Charli XCX's cringe mockumentary doesn't meet 'The Moment' – Review
Brian TruittThis movie review is so not brat.
Charli XCX stars as a fictionalized ticking-bomb version of herself in the meta mockumentary “The Moment” (★½ out of four; rated R; in theaters Feb. 6) and, at least in one instance, the movie embraces part of the definition of “brat” the British pop singer-songwriter popularized a couple of years ago: It’s a mess. The film aims to be a Gen Z/millennial “This Is Spinal Tap” but with much less clever wit and way more vocal fry.
After “Brat summer” 2024 – when her Grammy-winning “Brat” album, with that slime green cover, took over pop culture – Charli is on top of the world as she preps to launch her first arena-headlining world tour. She’s also a bundle of shredded nerves in need of a vacation. There’s no time for that, because she needs to maintain the massive momentum. Atlantic Records executive Tammy (Rosanna Arquette) has signed up in-demand director Johannes (Alexander Skarsgård) to helm Charli’s Amazon concert film, an important cog to making sure brat is forever.
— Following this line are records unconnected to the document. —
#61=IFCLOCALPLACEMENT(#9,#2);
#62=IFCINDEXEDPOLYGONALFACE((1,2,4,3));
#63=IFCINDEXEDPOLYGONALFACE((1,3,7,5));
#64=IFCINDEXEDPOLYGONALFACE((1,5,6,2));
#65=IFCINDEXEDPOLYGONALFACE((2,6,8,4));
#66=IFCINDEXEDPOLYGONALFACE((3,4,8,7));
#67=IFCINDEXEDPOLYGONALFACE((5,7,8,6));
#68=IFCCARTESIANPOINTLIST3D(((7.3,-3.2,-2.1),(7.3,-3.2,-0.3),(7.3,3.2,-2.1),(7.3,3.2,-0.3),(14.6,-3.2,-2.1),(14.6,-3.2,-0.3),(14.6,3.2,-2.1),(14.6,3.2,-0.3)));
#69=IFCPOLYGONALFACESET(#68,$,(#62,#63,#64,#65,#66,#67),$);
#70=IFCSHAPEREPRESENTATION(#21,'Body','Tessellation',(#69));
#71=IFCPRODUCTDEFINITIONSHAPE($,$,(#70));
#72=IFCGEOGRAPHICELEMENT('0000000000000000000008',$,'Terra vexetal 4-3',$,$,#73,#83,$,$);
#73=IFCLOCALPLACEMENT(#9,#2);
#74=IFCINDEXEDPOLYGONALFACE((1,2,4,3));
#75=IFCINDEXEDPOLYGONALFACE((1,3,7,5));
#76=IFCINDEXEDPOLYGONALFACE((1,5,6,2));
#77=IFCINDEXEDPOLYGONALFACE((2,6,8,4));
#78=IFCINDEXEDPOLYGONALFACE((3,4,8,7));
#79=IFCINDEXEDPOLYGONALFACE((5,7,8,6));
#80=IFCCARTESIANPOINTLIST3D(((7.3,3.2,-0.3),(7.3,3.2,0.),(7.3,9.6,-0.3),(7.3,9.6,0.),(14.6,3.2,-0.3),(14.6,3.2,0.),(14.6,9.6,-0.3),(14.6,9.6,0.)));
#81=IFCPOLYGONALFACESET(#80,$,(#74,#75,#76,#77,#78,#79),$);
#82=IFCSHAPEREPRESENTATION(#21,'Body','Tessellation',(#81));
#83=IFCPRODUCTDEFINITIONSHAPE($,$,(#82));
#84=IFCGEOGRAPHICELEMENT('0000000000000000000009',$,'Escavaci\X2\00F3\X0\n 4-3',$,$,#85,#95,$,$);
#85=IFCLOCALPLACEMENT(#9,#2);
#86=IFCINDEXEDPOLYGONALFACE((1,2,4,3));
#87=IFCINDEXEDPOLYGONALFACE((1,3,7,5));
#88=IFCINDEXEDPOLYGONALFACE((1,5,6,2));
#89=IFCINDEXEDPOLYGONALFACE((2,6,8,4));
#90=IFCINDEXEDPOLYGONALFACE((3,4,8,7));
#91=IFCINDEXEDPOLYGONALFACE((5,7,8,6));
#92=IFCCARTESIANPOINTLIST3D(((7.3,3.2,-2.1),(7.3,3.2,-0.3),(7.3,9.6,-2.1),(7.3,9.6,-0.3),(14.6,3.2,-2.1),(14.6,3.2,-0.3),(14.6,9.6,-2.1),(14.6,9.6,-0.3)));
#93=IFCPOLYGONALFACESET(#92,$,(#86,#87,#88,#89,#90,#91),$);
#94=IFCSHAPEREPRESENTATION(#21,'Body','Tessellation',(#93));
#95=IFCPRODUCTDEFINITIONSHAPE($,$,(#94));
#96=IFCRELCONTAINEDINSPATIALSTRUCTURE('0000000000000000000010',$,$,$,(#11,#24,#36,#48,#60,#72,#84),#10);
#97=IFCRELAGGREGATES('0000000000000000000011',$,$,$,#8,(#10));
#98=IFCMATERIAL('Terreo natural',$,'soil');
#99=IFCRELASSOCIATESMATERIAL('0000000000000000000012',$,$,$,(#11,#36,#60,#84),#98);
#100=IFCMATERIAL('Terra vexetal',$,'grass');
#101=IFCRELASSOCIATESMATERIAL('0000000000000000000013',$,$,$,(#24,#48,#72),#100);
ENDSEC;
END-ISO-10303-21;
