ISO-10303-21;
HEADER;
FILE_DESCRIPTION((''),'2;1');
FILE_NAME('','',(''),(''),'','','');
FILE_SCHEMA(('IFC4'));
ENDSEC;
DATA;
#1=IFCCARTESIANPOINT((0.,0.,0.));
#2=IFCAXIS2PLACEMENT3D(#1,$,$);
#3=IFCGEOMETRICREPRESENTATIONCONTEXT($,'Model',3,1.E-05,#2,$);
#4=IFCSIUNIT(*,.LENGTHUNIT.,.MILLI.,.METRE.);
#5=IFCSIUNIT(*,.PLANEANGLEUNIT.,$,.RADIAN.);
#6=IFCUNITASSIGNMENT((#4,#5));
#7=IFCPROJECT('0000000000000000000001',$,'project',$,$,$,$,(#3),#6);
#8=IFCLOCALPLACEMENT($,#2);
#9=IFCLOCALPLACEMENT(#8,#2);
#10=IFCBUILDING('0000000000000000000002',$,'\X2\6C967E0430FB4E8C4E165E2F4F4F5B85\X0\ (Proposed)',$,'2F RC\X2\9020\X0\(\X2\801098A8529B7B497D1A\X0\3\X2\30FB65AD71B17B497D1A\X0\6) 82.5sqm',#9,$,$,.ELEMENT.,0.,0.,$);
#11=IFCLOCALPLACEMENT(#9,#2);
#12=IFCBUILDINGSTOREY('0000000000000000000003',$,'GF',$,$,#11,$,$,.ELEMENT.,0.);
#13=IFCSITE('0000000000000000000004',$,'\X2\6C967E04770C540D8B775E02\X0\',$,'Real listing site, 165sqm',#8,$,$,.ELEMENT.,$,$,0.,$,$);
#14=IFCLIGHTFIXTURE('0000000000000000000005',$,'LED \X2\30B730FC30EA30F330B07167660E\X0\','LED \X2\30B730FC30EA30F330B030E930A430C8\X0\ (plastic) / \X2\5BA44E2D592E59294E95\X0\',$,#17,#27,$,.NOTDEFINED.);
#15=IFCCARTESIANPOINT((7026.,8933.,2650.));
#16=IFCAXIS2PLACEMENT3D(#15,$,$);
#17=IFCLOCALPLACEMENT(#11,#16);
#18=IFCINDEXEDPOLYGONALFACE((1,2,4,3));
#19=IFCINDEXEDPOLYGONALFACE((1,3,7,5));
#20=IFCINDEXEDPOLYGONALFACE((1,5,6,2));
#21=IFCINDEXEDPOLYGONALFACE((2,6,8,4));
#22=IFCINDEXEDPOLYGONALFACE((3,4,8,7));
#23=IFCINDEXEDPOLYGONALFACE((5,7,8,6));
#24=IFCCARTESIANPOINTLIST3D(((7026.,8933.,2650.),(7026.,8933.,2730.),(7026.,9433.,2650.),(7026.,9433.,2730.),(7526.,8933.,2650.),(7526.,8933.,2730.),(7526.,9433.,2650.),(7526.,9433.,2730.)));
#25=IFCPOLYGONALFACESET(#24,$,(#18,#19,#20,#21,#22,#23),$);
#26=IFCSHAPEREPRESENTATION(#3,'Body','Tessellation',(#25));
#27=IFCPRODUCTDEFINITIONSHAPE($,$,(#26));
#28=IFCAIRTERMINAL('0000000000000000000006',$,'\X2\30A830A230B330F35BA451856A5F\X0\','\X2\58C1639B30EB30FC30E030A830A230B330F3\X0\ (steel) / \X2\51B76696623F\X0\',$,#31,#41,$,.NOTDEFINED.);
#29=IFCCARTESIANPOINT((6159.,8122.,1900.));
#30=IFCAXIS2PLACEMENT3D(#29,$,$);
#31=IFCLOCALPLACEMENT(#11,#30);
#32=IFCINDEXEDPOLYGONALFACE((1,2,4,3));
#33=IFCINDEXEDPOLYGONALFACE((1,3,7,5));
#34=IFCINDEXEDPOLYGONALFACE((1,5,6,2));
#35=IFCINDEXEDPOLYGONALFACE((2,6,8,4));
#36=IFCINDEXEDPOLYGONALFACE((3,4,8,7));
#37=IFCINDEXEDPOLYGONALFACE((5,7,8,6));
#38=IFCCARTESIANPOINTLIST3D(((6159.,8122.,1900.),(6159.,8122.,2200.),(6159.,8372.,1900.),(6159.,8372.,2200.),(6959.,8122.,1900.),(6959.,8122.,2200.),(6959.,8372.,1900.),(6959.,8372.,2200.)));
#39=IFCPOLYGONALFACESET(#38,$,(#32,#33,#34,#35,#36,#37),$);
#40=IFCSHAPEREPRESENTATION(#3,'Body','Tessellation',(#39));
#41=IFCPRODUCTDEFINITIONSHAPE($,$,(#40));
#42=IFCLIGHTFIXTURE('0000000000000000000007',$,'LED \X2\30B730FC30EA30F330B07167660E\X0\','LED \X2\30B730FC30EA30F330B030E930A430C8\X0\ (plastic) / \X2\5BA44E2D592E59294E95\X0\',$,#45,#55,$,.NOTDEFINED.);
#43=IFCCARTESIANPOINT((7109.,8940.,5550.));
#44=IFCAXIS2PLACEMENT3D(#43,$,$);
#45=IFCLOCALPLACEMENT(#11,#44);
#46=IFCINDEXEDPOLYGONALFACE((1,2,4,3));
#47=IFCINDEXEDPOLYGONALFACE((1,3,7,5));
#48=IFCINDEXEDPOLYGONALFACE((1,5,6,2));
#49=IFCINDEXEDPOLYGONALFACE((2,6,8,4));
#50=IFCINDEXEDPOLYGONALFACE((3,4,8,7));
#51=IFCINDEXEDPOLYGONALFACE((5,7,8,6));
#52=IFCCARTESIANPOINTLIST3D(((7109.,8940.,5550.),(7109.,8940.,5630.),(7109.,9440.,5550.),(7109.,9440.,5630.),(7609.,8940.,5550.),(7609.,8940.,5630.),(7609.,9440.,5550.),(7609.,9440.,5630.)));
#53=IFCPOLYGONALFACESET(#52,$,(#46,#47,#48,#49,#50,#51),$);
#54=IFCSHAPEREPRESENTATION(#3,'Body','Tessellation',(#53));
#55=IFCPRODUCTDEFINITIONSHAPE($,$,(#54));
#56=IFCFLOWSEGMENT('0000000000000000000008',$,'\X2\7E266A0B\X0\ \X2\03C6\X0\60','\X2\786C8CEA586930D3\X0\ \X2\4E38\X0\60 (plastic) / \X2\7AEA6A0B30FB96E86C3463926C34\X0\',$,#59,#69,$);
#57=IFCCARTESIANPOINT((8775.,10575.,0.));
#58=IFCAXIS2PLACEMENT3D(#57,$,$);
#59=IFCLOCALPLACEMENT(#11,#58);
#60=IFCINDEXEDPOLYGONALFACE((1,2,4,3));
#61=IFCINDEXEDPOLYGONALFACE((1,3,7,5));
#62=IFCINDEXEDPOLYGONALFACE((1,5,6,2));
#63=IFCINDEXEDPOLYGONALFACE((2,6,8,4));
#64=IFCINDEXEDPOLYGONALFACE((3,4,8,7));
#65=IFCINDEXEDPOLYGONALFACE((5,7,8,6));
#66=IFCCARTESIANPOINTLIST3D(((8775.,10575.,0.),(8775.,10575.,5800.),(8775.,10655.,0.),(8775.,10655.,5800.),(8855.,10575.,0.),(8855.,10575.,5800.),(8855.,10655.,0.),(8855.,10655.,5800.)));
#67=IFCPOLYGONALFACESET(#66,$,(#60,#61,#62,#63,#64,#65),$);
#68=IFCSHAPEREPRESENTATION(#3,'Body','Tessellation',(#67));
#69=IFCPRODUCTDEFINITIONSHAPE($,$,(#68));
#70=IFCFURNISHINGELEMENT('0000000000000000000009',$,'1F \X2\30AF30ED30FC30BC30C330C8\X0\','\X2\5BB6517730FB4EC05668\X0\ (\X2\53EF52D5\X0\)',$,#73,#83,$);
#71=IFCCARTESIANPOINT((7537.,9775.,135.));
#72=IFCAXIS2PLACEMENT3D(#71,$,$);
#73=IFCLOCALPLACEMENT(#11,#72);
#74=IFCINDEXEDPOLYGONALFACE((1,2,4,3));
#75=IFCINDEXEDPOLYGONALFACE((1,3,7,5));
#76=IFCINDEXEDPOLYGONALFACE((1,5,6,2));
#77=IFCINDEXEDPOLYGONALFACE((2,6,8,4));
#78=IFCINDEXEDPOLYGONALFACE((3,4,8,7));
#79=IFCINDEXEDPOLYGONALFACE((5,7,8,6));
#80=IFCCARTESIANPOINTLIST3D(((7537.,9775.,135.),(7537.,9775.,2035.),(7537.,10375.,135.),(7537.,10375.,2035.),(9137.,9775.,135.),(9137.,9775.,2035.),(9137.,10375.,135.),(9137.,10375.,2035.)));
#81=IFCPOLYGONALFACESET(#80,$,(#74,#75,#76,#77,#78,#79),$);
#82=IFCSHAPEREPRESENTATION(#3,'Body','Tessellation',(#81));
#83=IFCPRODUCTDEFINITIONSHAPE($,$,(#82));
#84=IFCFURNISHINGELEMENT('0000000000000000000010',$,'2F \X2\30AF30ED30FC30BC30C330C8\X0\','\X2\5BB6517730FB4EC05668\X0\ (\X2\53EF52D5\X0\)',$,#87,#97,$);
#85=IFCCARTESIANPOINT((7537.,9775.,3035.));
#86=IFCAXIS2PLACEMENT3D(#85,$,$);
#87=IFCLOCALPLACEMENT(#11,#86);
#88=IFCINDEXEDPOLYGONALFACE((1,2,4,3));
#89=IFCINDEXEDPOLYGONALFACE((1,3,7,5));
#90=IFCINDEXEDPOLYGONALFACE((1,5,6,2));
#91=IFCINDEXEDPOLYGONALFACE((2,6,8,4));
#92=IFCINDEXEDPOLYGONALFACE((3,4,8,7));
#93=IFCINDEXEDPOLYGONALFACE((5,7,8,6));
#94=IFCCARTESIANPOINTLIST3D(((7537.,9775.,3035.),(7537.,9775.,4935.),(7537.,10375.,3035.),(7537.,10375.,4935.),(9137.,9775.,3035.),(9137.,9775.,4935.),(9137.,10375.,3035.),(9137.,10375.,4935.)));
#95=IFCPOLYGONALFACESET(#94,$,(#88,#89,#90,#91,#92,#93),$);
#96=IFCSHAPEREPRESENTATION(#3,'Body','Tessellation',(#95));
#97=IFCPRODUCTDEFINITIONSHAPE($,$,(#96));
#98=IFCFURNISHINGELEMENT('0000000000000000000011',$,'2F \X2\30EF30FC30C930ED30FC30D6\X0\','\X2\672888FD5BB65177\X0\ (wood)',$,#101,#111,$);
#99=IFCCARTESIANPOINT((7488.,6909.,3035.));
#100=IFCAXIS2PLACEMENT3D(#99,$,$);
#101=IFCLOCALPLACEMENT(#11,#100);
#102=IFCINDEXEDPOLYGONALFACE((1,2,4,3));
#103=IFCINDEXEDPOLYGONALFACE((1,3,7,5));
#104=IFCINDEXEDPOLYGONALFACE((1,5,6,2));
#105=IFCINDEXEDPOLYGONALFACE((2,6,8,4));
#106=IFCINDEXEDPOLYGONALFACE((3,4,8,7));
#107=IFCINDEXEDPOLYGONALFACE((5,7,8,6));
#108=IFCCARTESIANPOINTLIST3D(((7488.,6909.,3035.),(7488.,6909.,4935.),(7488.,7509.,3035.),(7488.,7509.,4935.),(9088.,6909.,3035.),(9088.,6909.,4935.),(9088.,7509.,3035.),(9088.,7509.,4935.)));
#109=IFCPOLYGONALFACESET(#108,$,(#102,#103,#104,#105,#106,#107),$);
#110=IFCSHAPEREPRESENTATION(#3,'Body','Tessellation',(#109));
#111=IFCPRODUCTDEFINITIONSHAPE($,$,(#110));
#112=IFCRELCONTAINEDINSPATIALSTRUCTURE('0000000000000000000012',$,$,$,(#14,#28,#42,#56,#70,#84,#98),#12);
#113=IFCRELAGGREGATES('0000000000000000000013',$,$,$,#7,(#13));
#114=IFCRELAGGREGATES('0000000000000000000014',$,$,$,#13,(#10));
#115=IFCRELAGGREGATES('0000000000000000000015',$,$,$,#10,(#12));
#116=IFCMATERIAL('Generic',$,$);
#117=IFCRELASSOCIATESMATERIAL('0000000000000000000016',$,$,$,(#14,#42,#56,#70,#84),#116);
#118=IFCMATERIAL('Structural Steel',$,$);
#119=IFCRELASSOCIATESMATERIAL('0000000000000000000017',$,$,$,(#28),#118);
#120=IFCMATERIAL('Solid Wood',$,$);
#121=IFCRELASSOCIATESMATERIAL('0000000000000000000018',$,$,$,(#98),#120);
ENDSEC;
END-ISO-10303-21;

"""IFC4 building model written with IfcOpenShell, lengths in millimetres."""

from ifc_helpers import new_model, si_unit, frame, frame_2d, origin, place, context, project, spatial, rectangle, extrude, material, element, save


model = new_model("IFC4")

# Units and contexts
model_context = context("Model", 3, precision=1e-05, world=origin())
ifc_project = project(units=[si_unit("LENGTHUNIT", "METRE", prefix="MILLI"), si_unit("PLANEANGLEUNIT", "RADIAN")], contexts=[model_context])

# Site, building, storey
site_placement = place(None, origin())
site = spatial("IfcSite", under=ifc_project, at=site_placement, Name="沖縄県名護市", ObjectType="Real listing site, 165sqm", CompositionType="ELEMENT", RefElevation=0.0)
building_placement = place(site_placement, origin())
building = spatial("IfcBuilding", under=site, at=building_placement, Name="沖縄・二世帯住宅 (Proposed)", ObjectType="2F RC造(耐風力等級3・断熱等級6) 82.5sqm", CompositionType="ELEMENT", ElevationOfRefHeight=0.0, ElevationOfTerrain=0.0)
storey_placement = place(building_placement, origin())
storey = spatial("IfcBuildingStorey", under=building, at=storey_placement, Name="GF", CompositionType="ELEMENT", Elevation=0.0)

# Shared definitions
ifc_material_1 = material(Name="Solid Wood")

# Shared definitions
ifc_material_2 = material(Name="Structural Steel")

# Shared definitions
ifc_material_3 = material(Name="Generic")

# Light fixture
light_fixture_1_placement = place(storey_placement, frame((7026.0, 8933.0, 2650.0)))
element("IfcLightFixture", 1, at=light_fixture_1_placement, inside=storey, material=ifc_material_3, Name="LED シーリング照明", Description="LED シーリングライト (plastic) / 室中央天井", PredefinedType="NOTDEFINED", context=model_context, shape_type="SweptSolid", body=[
    extrude(rectangle(XDim=500.0, YDim=500.0, at=frame_2d((250.0, 250.0))), frame((7026.0, 8933.0, 2650.0)), (0.0, 0.0, 1.0), 80.0),
])

# Air terminal
air_terminal_placement = place(storey_placement, frame((6159.0, 8122.0, 1900.0)))
element("IfcAirTerminal", 2, at=air_terminal_placement, inside=storey, material=ifc_material_2, Name="エアコン室内機", Description="壁掛ルームエアコン (steel) / 冷暖房", PredefinedType="NOTDEFINED", context=model_context, shape_type="SweptSolid", body=[
    extrude(rectangle(XDim=800.0, YDim=250.0, at=frame_2d((400.0, 125.0))), frame((6159.0, 8122.0, 1900.0)), (0.0, 0.0, 1.0), 300.0),
])

# Light fixture
light_fixture_2_placement = place(storey_placement, frame((7109.0, 8940.0, 5550.0)))
element("IfcLightFixture", 3, at=light_fixture_2_placement, inside=storey, material=ifc_material_3, Name="LED シーリング照明", Description="LED シーリングライト (plastic) / 室中央天井", PredefinedType="NOTDEFINED", context=model_context, shape_type="SweptSolid", body=[
    extrude(rectangle(XDim=500.0, YDim=500.0, at=frame_2d((250.0, 250.0))), frame((7109.0, 8940.0, 5550.0)), (0.0, 0.0, 1.0), 80.0),
])

# Flow segment
flow_segment_placement = place(storey_placement, frame((8775.0, 10575.0, 0.0)))
element("IfcFlowSegment", 4, at=flow_segment_placement, inside=storey, material=ifc_material_3, Name="縦樋 φ60", Description="硬質塩ビ 丸60 (plastic) / 竪樋・雨水排水", context=model_context, shape_type="SweptSolid", body=[
    extrude(rectangle(XDim=80.0, YDim=80.0, at=frame_2d((40.0, 40.0))), frame((8775.0, 10575.0, 0.0)), (0.0, 0.0, 1.0), 5800.0),
])

# Furnishing elements
furnishing_1_placement = place(storey_placement, frame((7537.0, 9775.0, 135.0)))
element("IfcFurnishingElement", 5, at=furnishing_1_placement, inside=storey, material=ifc_material_3, Name="1F クローゼット", Description="家具・什器 (可動)", context=model_context, shape_type="SweptSolid", body=[
    extrude(rectangle(XDim=1600.0, YDim=600.0, at=frame_2d((800.0, 300.0))), frame((7537.0, 9775.0, 135.0)), (0.0, 0.0, 1.0), 1900.0),
])
furnishing_2_placement = place(storey_placement, frame((7537.0, 9775.0, 3035.0)))
element("IfcFurnishingElement", 6, at=furnishing_2_placement, inside=storey, material=ifc_material_3, Name="2F クローゼット", Description="家具・什器 (可動)", context=model_context, shape_type="SweptSolid", body=[
    extrude(rectangle(XDim=1600.0, YDim=600.0, at=frame_2d((800.0, 300.0))), frame((7537.0, 9775.0, 3035.0)), (0.0, 0.0, 1.0), 1900.0),
])
furnishing_3_placement = place(storey_placement, frame((7488.0, 6909.0, 3035.0)))
element("IfcFurnishingElement", 7, at=furnishing_3_placement, inside=storey, material=ifc_material_1, Name="2F ワードローブ", Description="木製家具 (wood)", context=model_context, shape_type="SweptSolid", body=[
    extrude(rectangle(XDim=1600.0, YDim=600.0, at=frame_2d((800.0, 300.0))), frame((7488.0, 6909.0, 3035.0)), (0.0, 0.0, 1.0), 1900.0),
])

save(model, "model.ifc")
The problem begins with Celeste (Hailey Benton Gates), Charli’s pal and main creative collaborator. In the early days of tour rehearsal, Johannes shows up and immediately clashes with Celeste, causing more stress for Charli. The singer bolts for Ibiza for a few days, which creates tumult among her posse and extra emotional turmoil for Charli, and she returns from the impromptu holiday to find an overwhelming amount of chaos waiting.
The music movie tries to capture the insanity and inanity of being a modern celebrity. The petulant and stressed Charli overthinks social posts and radio call-outs, and gets thrown into doing a “what’s in my bag?” video for British Vogue and a bank’s brat credit card publicity stunt. And there are moments where “The Moment” finds a few choice nuggets of absurdity: Charli gets in a gigantic lighter prop that spews out fire – which gives vibes of Spinal Tap’s iconic “Stonehenge” bit – and butts heads with an eccentric esthetician (Arielle Dombasle).

But the movie, directed by music-video filmmaker Aidan Zamiri, is a hodgepodge of tones and genres that doesn’t hold together at all. (One stylistic thing it totally nails: flashing lights. This movie loves a flashing light.) One minute, there’s a dark psychological scene; in the next, Charli runs into Kylie Jenner for an awkwardly semi-humorous convo. For the most part, the dramatic parts aren’t serious, the comedy parts aren’t that funny, and somehow this flick’s so busy it comes back around to being boring.
As the famous young woman constantly on the verge of a breakdown, Charli plays a pretty good brat: She sparkles in the satirical bits, where you get a sense of her showmanship and spirit, but spends a lot of the movie partying and brooding. Rachel Sennott enjoyably cameos as a version of herself who’s a Charli frenemy. Skarsgård is sufficiently wacky and off-putting as the irksome Johannes, and Jamie Demetriou does yeoman’s work as Charli’s put-upon manager, Tim, the poor sap tapped to keep Charli on task (and usually fails).

“The Moment” falls short of its ambitious goals of exploring the pressures and anxieties of the contemporary music superstar. And as a vanity project, well, The Weeknd’s pretentious “Hurry Up Tomorrow” looks like a Criterion Collection selection in comparison.
To borrow a line from one of Charli’s entourage: It’s all cringe, babe.